Work task:
Lines in the listing below may contain the word "IFCSHAPEREPRESENTATION". State how many do, and nothing more.

________

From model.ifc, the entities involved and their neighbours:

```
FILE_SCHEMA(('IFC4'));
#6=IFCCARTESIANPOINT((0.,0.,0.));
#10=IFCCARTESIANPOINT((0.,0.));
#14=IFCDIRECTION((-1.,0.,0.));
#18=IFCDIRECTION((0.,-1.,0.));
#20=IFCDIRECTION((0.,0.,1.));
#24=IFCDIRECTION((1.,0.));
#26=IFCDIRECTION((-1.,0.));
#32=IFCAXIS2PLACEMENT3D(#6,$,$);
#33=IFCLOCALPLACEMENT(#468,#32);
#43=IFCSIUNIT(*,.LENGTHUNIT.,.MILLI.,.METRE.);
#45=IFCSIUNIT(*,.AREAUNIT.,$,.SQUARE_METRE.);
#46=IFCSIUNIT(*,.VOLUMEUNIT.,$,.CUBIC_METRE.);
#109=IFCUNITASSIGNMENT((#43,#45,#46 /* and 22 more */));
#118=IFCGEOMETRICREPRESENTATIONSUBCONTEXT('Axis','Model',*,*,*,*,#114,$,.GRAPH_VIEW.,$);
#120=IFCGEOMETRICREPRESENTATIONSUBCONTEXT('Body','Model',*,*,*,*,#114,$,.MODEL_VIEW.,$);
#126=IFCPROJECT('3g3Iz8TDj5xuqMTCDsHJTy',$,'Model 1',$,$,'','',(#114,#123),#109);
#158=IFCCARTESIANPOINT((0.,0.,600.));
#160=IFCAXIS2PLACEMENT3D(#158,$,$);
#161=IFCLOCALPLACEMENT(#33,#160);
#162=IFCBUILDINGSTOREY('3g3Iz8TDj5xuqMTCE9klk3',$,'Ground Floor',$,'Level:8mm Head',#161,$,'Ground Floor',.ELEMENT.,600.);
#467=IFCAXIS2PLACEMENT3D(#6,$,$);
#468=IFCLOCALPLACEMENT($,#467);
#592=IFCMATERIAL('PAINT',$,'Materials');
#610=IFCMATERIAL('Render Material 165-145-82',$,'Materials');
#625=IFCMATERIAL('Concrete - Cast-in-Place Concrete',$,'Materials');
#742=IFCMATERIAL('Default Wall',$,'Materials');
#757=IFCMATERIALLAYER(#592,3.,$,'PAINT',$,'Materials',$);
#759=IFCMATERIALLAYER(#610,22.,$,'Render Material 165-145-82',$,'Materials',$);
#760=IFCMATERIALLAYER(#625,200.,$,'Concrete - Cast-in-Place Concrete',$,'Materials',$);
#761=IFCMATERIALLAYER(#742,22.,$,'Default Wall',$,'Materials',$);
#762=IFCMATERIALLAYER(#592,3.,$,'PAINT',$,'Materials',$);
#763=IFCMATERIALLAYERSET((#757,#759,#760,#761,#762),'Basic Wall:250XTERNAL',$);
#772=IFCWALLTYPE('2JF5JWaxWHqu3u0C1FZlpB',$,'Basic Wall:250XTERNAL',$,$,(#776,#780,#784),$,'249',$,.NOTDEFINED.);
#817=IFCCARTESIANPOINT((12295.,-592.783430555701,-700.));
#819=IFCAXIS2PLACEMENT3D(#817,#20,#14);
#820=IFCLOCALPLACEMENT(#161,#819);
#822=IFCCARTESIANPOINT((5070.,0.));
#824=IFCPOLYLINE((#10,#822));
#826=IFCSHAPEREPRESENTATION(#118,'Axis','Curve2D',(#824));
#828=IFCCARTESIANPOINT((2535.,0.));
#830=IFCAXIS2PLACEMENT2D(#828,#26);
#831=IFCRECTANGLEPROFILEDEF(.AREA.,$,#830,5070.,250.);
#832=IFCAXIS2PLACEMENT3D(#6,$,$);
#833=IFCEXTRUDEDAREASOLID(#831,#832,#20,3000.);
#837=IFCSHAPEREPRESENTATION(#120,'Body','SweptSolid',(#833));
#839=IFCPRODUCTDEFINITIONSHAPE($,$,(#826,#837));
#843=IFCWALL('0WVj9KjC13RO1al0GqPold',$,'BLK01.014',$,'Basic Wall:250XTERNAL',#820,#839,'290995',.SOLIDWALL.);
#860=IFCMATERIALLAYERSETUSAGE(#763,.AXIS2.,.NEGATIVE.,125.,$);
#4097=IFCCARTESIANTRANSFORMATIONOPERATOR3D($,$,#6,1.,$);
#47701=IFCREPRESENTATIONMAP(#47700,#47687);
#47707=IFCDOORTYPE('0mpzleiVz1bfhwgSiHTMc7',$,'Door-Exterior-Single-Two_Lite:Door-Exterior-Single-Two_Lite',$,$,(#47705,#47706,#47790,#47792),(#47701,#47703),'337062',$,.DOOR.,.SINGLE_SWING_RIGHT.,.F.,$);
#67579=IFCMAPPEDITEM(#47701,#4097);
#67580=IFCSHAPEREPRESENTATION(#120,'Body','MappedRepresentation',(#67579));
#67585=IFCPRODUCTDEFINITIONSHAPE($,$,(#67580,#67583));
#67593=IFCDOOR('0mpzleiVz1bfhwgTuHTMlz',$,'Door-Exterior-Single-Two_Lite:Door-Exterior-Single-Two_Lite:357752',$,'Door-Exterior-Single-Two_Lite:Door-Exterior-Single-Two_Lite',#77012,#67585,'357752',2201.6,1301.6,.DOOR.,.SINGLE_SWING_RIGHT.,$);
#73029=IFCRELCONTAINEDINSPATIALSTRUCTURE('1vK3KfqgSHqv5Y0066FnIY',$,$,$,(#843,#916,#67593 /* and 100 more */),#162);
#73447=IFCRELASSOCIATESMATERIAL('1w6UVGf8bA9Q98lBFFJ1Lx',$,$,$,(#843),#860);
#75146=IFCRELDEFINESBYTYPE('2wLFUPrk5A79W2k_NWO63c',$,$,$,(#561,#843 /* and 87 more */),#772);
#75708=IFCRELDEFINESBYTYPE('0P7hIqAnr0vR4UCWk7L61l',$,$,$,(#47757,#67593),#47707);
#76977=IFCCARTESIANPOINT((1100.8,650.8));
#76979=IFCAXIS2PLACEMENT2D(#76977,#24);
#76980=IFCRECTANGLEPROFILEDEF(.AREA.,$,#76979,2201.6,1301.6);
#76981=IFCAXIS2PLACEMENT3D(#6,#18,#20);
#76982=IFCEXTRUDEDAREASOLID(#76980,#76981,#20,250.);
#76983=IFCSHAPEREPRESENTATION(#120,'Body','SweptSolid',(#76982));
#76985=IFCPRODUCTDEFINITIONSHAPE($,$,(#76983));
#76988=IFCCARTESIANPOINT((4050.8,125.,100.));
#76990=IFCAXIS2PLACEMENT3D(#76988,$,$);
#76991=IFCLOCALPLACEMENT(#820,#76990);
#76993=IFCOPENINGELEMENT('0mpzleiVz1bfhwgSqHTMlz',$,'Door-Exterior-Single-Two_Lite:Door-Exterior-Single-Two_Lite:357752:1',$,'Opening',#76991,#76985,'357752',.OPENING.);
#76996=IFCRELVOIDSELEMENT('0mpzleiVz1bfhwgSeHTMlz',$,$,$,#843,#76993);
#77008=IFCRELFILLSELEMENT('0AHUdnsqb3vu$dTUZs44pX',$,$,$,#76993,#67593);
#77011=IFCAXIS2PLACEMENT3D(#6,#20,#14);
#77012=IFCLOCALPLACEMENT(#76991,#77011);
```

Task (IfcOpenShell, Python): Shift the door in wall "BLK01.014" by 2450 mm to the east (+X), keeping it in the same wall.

```python
import ifcopenshell
import ifcopenshell.api.geometry
import ifcopenshell.util.placement
import ifcopenshell.util.unit

model = ifcopenshell.open("model.ifc")
unit_scale = ifcopenshell.util.unit.calculate_unit_scale(model)

door = model.by_guid("0mpzleiVz1bfhwgTuHTMlz")
opening = door.FillsVoids[0].RelatingOpeningElement
wall = opening.VoidsElements[0].RelatingBuildingElement

wall_matrix = ifcopenshell.util.placement.get_local_placement(wall.ObjectPlacement)
shift = wall_matrix[:3, 0] * -2.45 / unit_scale
before = ifcopenshell.util.placement.get_local_placement(door.ObjectPlacement)[:3, 3].copy()

# The door is placed relative to its opening, so it follows when the opening moves.
matrix = ifcopenshell.util.placement.get_local_placement(opening.ObjectPlacement)
matrix[:3, 3] += shift
ifcopenshell.api.geometry.edit_object_placement(
    model, product=opening, matrix=matrix, is_si=False, should_transform_children=True
)

after = ifcopenshell.util.placement.get_local_placement(door.ObjectPlacement)[:3, 3]
print("door moved by", (after - before).round(3) + 0.0)

model.write("model_v2.ifc")
```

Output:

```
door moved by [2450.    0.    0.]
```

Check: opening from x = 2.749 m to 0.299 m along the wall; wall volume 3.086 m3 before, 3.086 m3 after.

________

Answer to the problem:
4